### [WHAT YOU HAVE TO DO]
Which lines of the entries contain the word "IFCRELAGGREGATES"? Please list them.

[Collection entries]
= Beginning of Section =
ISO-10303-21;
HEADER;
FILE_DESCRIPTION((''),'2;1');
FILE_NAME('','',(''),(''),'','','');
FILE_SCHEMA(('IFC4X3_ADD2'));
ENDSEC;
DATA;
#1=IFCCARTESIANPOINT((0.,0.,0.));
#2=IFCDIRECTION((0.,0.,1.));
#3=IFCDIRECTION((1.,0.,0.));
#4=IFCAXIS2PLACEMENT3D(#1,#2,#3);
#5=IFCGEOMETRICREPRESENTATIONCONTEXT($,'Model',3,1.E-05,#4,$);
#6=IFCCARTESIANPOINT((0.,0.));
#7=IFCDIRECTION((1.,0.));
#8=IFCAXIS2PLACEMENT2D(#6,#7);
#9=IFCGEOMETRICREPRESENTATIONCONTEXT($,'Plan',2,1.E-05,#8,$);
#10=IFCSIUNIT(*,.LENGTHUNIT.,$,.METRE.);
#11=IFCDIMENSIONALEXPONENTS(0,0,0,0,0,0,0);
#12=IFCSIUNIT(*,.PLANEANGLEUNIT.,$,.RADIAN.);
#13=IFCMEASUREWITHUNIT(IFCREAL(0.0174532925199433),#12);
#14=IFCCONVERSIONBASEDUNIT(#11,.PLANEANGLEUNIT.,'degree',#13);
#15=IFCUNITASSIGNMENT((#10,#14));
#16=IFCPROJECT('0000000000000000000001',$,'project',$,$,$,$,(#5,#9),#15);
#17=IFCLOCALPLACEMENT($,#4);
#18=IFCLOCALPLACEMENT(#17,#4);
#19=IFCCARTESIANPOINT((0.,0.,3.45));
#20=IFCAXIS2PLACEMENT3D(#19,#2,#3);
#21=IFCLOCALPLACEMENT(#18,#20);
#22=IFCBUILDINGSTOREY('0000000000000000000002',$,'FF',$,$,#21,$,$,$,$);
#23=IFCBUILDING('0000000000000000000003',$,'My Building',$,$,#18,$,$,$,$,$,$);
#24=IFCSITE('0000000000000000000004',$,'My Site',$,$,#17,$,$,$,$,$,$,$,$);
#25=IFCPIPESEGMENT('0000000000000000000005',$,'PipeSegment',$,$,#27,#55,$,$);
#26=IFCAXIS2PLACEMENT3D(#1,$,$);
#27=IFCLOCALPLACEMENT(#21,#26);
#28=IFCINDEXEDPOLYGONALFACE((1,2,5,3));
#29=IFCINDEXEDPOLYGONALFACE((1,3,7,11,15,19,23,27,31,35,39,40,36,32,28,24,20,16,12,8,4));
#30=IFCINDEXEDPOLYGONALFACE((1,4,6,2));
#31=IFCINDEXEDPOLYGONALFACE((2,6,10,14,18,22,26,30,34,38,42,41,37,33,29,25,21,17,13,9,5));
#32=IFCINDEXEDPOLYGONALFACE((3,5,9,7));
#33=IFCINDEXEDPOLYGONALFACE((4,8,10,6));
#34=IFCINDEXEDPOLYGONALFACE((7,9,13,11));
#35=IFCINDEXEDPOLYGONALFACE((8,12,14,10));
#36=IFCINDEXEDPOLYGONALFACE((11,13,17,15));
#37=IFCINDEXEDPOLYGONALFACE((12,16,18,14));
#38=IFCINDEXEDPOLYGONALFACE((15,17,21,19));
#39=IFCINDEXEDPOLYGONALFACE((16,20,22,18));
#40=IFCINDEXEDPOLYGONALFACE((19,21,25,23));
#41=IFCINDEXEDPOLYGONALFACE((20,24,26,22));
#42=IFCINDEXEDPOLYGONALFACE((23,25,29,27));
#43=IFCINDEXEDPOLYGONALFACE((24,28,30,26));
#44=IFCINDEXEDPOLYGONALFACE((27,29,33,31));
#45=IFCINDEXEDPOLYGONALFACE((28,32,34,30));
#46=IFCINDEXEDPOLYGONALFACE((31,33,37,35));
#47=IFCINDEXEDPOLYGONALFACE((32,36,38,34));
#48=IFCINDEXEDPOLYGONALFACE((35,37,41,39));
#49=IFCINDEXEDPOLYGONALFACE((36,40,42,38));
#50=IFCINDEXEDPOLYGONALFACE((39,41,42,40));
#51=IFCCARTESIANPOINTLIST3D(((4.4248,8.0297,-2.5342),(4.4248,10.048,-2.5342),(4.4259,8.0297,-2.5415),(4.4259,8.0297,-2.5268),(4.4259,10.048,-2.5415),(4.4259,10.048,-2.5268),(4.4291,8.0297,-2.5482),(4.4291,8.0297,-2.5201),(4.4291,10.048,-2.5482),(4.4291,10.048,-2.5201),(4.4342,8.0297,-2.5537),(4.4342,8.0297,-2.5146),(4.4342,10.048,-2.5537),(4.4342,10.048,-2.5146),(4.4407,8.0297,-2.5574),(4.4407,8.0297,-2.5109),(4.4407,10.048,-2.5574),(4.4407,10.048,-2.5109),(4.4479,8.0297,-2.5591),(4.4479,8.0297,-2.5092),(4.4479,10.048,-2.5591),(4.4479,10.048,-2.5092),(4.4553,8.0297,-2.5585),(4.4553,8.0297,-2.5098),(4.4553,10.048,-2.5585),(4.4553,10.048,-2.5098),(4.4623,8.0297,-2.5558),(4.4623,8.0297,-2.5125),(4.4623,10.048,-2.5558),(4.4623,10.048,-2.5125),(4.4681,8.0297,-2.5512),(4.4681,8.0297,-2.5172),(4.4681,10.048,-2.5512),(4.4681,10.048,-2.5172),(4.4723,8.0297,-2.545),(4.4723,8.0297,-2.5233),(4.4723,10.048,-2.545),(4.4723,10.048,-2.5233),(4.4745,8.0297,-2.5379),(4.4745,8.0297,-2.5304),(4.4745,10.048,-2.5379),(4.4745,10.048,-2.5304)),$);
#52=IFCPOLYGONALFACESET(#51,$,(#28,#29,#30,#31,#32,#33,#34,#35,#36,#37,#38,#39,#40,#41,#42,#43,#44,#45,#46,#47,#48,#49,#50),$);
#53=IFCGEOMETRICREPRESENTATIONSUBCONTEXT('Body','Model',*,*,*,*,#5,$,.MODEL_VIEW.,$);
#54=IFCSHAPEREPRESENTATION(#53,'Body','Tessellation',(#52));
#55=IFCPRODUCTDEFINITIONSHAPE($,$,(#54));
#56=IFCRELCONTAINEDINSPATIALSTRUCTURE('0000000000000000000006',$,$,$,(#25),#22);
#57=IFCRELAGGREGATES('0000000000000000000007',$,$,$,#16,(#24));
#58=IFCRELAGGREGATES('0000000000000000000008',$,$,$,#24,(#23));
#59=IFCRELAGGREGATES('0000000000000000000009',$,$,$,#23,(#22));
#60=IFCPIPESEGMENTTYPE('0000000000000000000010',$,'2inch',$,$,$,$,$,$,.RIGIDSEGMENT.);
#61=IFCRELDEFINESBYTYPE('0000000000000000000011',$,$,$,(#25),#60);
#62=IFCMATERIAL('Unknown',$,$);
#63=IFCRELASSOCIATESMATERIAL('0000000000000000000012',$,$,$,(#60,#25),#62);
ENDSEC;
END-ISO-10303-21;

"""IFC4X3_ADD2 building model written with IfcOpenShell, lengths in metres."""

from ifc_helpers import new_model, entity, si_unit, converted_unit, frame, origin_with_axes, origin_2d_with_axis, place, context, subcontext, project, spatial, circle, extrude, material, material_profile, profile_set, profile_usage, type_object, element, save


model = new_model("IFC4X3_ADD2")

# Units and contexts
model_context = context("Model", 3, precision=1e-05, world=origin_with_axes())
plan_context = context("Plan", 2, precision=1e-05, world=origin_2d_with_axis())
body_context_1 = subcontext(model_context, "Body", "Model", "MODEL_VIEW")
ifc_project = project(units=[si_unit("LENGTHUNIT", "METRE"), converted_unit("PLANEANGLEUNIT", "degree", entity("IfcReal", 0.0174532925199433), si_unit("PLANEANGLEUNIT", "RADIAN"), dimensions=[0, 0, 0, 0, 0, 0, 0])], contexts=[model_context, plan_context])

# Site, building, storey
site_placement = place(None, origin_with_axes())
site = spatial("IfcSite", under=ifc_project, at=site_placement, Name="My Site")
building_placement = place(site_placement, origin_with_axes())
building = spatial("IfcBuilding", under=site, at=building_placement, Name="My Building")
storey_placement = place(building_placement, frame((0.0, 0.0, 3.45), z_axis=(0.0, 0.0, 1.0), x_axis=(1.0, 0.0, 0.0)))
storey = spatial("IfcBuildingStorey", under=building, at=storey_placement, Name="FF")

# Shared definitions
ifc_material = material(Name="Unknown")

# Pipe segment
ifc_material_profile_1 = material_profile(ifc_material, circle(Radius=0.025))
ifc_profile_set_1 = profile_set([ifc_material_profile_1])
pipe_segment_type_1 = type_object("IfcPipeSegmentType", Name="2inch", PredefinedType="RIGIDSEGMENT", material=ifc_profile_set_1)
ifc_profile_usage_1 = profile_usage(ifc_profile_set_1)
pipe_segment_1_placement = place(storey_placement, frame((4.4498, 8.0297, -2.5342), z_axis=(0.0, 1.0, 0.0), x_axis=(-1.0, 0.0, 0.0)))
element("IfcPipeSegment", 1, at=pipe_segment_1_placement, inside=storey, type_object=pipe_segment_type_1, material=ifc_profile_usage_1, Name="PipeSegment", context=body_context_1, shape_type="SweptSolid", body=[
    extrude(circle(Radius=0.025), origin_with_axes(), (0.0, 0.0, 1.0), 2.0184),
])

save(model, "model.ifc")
= End of Section =
= Beginning of Section =
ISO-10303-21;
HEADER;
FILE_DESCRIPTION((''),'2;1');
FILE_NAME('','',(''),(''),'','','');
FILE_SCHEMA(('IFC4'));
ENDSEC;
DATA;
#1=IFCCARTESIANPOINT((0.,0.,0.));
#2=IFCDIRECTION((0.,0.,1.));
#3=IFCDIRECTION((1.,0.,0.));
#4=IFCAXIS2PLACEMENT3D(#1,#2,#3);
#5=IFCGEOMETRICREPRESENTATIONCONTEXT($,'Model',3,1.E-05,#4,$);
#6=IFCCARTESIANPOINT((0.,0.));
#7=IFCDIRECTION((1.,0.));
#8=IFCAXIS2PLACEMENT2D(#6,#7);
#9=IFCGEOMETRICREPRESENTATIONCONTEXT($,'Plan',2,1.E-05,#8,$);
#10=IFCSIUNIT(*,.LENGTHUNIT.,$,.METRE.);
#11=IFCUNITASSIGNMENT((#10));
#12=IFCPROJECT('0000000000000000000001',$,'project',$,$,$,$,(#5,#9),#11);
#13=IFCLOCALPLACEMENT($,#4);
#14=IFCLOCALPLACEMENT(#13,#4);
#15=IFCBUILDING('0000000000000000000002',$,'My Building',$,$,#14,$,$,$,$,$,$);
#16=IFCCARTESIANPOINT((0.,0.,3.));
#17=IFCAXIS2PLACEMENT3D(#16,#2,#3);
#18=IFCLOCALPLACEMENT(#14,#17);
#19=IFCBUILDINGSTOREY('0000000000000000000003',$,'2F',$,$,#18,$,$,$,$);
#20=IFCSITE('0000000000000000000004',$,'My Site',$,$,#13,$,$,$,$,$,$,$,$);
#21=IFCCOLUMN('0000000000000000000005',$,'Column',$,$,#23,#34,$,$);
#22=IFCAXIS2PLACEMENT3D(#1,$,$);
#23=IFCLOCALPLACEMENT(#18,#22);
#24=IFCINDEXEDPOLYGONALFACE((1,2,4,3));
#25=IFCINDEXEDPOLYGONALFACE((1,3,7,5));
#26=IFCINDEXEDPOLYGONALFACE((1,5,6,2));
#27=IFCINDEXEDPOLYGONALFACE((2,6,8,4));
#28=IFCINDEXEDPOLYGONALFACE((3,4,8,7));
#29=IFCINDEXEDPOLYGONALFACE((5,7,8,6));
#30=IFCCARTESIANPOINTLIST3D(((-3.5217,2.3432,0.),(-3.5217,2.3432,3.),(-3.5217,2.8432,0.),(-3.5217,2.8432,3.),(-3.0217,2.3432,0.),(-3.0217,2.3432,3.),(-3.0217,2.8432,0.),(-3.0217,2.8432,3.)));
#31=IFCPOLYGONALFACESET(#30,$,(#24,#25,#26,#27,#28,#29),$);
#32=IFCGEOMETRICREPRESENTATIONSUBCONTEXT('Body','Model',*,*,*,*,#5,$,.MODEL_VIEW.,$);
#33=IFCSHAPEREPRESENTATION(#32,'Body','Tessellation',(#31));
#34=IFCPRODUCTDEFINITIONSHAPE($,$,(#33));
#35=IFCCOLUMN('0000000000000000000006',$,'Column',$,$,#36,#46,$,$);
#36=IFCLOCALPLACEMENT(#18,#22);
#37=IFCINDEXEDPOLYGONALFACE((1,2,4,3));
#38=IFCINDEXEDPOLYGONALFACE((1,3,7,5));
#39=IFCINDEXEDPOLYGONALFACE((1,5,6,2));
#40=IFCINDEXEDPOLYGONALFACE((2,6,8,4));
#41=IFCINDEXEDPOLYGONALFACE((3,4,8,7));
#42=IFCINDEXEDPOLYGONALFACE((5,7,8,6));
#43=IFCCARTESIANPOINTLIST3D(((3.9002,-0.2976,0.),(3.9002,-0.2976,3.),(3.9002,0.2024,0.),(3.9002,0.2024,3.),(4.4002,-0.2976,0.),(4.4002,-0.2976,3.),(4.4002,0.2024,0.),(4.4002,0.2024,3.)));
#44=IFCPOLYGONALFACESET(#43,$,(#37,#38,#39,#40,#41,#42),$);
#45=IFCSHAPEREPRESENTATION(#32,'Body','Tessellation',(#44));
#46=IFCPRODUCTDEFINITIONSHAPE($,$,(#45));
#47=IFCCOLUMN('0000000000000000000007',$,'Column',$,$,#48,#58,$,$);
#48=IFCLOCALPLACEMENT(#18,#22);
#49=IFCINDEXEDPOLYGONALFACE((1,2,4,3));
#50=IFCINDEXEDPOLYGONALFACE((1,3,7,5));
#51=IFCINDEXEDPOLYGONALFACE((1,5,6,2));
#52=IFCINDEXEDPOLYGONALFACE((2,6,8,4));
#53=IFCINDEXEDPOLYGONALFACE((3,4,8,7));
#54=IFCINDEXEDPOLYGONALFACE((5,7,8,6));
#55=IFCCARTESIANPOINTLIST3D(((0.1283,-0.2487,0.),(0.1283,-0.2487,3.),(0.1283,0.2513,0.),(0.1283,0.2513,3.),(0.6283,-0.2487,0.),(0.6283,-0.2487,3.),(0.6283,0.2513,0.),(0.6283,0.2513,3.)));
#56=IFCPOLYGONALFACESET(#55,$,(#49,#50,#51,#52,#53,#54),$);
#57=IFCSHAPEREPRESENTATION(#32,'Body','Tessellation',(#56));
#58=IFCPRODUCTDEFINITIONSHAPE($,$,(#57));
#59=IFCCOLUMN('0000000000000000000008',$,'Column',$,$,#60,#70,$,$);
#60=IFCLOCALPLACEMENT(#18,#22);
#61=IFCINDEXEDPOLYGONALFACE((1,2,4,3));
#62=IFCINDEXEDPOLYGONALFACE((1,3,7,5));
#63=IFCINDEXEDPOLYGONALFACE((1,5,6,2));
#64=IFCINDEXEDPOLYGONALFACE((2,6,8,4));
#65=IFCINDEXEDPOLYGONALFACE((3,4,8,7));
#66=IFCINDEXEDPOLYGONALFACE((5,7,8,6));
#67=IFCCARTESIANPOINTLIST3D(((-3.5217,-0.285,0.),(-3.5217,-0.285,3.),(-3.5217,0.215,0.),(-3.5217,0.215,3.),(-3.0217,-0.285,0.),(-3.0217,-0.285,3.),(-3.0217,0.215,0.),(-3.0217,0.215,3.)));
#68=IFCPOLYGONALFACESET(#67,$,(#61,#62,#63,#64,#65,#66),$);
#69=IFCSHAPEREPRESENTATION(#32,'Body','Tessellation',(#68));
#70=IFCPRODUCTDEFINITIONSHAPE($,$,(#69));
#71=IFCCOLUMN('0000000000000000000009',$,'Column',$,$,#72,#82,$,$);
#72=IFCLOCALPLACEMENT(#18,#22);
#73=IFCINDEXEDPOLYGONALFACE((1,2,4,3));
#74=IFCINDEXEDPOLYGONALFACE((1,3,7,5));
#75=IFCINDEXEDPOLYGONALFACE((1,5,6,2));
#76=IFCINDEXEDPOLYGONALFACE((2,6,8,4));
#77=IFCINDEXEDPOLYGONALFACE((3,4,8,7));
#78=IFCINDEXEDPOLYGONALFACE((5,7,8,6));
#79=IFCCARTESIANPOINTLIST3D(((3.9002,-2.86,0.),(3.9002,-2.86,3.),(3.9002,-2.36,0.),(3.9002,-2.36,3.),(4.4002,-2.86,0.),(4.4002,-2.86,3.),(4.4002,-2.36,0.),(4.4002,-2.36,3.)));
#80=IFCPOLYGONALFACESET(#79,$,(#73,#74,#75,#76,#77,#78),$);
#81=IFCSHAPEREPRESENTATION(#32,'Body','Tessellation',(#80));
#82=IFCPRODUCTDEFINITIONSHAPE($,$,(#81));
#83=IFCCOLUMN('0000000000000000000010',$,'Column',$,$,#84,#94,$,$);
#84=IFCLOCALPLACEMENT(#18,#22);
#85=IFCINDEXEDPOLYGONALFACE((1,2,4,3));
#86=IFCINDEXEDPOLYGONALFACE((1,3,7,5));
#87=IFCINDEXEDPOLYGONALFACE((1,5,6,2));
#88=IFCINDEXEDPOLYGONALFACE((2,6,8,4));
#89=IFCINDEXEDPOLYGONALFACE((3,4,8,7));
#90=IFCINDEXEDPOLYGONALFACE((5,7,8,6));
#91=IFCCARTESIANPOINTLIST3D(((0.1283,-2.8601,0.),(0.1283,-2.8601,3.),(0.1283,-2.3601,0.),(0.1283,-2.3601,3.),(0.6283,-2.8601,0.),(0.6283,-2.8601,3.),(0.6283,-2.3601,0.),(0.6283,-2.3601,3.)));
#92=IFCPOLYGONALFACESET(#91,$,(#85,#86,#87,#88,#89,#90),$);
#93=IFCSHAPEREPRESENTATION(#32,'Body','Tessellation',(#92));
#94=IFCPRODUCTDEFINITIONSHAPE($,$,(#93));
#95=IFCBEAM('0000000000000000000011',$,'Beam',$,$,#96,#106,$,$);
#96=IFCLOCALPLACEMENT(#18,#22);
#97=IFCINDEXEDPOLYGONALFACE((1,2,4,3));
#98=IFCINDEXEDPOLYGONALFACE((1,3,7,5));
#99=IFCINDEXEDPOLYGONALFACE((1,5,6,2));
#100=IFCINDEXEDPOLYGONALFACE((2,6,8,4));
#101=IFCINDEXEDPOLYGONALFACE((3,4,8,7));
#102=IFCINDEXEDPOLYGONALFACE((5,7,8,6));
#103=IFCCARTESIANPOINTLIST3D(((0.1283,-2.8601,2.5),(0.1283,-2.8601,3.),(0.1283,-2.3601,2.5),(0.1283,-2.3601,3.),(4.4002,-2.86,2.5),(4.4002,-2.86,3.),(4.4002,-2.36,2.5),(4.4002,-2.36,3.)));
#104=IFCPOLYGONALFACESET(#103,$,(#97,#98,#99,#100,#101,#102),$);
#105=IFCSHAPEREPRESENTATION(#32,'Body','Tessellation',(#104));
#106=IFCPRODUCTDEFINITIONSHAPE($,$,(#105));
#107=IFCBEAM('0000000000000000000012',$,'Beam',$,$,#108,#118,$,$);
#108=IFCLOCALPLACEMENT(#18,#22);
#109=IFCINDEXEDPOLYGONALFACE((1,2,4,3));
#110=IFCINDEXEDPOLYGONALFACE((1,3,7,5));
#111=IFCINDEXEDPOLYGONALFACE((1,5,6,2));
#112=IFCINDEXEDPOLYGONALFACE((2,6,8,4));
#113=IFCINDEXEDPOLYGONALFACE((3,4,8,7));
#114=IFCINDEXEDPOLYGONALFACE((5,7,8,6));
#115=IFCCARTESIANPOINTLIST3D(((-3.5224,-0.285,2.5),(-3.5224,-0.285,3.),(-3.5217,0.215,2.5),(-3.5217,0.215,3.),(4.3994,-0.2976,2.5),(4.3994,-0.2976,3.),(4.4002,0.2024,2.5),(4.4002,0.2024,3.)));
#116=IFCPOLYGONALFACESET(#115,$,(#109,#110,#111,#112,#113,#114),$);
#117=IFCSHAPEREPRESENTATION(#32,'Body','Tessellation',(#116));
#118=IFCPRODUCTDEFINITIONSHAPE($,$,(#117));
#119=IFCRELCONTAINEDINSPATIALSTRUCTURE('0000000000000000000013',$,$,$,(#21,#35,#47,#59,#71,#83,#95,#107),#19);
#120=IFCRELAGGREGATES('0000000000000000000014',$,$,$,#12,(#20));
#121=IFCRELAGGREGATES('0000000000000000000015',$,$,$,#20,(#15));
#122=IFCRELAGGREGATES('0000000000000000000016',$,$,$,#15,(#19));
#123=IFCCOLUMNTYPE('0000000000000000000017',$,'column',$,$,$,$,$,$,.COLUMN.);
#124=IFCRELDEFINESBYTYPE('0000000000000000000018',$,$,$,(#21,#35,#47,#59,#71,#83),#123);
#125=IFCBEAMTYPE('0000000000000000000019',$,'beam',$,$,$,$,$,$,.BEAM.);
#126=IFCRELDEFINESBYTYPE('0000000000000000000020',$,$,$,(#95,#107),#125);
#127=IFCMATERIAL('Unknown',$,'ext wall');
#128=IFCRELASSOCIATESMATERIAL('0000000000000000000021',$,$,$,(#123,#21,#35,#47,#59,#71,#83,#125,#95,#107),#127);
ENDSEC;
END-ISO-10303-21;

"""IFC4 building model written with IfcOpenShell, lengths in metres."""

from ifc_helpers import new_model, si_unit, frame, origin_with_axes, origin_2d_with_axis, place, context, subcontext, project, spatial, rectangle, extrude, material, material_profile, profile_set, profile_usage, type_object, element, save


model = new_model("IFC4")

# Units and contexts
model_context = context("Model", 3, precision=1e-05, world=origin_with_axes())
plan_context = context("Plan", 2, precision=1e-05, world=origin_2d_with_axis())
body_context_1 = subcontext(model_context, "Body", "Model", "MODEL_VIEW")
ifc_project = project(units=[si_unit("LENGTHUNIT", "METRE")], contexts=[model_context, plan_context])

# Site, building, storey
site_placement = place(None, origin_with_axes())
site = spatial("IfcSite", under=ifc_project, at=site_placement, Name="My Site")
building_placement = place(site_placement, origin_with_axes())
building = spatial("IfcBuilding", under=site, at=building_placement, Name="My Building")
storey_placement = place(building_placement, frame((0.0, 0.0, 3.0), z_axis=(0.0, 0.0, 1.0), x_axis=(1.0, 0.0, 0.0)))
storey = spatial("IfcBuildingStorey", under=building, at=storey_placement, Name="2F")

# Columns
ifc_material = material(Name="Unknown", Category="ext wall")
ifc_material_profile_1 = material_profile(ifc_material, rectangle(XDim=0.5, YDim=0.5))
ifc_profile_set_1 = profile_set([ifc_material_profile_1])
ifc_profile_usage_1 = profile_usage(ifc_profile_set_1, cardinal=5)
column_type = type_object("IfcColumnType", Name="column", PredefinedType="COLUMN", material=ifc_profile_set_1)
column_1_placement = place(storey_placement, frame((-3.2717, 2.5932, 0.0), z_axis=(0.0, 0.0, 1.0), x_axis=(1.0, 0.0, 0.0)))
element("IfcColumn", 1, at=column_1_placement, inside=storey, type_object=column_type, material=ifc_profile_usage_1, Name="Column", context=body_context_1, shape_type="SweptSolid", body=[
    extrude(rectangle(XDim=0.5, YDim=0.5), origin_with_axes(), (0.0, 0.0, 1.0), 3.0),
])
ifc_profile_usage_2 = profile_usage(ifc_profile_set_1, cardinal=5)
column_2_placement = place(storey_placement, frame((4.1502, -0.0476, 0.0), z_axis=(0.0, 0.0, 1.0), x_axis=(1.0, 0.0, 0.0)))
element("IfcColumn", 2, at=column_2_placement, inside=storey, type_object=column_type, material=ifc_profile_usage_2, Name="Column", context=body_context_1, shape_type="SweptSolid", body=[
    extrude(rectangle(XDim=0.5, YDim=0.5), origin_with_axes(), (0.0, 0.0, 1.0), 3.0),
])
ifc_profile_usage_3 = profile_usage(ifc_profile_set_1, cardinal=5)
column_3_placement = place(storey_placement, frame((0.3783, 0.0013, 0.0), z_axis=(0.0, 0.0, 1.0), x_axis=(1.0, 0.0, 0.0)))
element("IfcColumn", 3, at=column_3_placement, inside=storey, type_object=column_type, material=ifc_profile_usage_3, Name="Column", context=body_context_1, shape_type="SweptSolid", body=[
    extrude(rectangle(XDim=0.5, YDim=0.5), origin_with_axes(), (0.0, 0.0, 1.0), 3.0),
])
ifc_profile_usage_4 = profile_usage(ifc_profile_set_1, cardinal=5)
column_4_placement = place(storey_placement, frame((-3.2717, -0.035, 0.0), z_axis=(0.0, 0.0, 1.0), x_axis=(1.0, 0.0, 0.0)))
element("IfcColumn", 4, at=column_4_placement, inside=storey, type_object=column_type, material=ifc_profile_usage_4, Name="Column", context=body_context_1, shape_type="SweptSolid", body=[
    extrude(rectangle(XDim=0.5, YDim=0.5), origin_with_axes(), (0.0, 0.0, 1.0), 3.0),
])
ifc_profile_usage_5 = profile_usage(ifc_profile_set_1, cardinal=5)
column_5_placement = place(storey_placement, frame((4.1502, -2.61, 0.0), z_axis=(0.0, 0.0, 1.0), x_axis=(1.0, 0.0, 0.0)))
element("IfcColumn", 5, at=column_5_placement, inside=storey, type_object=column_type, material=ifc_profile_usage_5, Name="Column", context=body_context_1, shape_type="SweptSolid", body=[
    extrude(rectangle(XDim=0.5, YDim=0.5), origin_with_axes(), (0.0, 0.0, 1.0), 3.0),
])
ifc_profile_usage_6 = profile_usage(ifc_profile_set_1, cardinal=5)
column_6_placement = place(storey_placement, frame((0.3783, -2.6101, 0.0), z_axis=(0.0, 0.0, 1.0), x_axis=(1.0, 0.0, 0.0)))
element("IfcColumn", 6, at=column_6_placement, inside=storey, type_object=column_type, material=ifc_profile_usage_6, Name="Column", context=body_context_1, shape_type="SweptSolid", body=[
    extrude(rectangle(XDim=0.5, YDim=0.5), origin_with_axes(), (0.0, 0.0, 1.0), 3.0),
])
= End of Section =
### [YOUR RESPONSE]
#57=IFCRELAGGREGATES('0000000000000000000007',$,$,$,#16,(#24));
#58=IFCRELAGGREGATES('0000000000000000000008',$,$,$,#24,(#23));
#59=IFCRELAGGREGATES('0000000000000000000009',$,$,$,#23,(#22));
#120=IFCRELAGGREGATES('0000000000000000000014',$,$,$,#12,(#20));
#121=IFCRELAGGREGATES('0000000000000000000015',$,$,$,#20,(#15));
#122=IFCRELAGGREGATES('0000000000000000000016',$,$,$,#15,(#19));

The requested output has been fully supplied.